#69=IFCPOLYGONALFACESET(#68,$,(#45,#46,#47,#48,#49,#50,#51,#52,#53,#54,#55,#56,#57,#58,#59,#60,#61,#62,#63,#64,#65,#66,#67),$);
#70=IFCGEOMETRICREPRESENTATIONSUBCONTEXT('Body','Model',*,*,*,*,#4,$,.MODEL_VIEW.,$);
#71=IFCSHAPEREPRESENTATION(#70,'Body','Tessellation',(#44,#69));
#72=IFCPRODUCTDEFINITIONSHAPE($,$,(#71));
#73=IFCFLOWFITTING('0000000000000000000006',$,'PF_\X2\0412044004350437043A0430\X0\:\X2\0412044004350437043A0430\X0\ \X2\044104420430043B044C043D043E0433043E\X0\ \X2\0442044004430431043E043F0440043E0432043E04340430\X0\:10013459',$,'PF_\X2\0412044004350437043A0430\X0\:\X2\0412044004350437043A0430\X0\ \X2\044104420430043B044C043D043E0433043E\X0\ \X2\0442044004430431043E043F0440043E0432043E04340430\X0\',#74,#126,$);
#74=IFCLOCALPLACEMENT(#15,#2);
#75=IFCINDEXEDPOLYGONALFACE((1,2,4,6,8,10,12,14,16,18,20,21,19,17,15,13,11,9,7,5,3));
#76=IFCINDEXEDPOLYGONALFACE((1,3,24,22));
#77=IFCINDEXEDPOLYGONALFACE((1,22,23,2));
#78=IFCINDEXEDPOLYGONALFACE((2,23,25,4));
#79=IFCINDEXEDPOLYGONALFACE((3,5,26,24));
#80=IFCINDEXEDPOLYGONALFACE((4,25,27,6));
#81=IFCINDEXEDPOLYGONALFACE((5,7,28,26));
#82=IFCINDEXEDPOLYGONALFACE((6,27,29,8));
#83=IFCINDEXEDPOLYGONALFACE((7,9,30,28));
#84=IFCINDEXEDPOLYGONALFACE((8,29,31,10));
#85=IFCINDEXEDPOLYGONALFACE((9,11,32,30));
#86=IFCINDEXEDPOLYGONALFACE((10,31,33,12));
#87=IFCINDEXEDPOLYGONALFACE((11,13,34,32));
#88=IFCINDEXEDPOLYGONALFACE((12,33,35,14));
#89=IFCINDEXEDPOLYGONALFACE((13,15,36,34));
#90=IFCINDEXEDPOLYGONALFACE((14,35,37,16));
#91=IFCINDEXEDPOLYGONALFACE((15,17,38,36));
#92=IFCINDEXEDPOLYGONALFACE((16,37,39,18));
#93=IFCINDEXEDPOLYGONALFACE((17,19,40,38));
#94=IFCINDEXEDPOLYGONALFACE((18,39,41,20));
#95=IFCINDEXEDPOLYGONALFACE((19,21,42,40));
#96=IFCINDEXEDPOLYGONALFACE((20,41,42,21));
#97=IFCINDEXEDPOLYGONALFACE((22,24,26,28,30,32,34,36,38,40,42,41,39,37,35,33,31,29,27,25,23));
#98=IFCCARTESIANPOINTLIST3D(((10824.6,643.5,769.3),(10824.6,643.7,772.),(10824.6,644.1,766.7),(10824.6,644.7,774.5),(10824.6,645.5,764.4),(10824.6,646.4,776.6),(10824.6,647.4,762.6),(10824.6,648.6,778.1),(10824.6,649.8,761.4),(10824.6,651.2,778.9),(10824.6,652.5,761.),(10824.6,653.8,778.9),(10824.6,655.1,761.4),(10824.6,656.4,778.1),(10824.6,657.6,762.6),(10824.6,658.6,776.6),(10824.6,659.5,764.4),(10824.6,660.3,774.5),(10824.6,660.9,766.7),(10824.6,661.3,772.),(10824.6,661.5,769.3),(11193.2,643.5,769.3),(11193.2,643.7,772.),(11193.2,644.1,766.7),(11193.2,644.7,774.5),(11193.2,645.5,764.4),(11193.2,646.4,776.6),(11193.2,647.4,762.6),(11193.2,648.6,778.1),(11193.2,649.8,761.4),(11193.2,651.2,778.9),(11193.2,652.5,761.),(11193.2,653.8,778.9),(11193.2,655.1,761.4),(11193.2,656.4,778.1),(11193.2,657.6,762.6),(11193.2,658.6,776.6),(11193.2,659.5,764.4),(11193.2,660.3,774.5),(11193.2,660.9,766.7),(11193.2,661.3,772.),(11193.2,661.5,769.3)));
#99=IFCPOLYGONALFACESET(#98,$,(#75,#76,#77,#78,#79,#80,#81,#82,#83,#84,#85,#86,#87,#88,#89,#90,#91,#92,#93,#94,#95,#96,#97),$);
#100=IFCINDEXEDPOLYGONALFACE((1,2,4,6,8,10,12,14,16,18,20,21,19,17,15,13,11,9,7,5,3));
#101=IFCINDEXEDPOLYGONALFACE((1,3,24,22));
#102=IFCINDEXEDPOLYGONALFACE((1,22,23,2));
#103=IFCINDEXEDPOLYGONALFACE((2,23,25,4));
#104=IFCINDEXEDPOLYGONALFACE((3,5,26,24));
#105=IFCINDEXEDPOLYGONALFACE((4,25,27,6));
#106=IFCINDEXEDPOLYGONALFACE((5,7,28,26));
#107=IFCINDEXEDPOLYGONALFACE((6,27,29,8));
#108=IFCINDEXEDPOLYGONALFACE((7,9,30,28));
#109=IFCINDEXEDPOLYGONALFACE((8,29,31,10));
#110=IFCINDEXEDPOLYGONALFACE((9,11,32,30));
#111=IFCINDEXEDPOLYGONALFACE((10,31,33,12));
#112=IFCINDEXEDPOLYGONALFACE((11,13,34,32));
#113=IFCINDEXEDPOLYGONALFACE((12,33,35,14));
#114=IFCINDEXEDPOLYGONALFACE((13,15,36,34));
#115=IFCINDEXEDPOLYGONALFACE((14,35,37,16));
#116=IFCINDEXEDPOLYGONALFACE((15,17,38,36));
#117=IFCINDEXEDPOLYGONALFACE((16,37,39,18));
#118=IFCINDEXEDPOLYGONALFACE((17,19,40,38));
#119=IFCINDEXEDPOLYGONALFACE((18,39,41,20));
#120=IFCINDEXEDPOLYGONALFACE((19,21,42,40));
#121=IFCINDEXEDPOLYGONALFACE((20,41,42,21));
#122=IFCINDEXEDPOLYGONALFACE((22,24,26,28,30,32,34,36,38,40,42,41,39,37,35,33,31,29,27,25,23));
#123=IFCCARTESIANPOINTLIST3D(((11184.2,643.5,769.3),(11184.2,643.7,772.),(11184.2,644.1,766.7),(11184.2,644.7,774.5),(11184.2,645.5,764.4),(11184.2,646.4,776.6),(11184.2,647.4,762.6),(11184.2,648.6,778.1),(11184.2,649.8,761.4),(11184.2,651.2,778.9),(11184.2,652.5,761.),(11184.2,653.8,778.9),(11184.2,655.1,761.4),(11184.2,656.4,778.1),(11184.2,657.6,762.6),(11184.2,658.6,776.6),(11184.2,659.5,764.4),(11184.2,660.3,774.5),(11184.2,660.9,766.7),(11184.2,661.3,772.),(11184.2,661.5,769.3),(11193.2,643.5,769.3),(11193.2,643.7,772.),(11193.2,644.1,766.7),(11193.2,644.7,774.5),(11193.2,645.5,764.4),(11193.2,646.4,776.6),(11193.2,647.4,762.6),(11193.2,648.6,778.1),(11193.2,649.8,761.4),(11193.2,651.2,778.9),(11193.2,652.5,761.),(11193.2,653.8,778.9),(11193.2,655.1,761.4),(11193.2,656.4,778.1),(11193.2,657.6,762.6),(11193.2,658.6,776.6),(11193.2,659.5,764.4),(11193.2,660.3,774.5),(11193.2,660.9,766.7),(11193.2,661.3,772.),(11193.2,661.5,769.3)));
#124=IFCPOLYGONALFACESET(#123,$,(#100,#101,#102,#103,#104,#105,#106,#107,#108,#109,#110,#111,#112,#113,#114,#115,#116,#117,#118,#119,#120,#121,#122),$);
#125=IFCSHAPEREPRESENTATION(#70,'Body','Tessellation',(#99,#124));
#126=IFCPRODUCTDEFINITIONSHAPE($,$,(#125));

TASK DESCRIPTION
Out of the data above, give again only the lines starting at the one holding "#86=IFCINDEXEDPOLYGONALFACE((10,31,33,12));" and ending at the one holding "#96=IFCINDEXEDPOLYGONALFACE((20,41,42,21));", unchanged.

ANSWER TO THIS TASK
#86=IFCINDEXEDPOLYGONALFACE((10,31,33,12));
#87=IFCINDEXEDPOLYGONALFACE((11,13,34,32));
#88=IFCINDEXEDPOLYGONALFACE((12,33,35,14));
#89=IFCINDEXEDPOLYGONALFACE((13,15,36,34));
#90=IFCINDEXEDPOLYGONALFACE((14,35,37,16));
#91=IFCINDEXEDPOLYGONALFACE((15,17,38,36));
#92=IFCINDEXEDPOLYGONALFACE((16,37,39,18));
#93=IFCINDEXEDPOLYGONALFACE((17,19,40,38));
#94=IFCINDEXEDPOLYGONALFACE((18,39,41,20));
#95=IFCINDEXEDPOLYGONALFACE((19,21,42,40));
#96=IFCINDEXEDPOLYGONALFACE((20,41,42,21));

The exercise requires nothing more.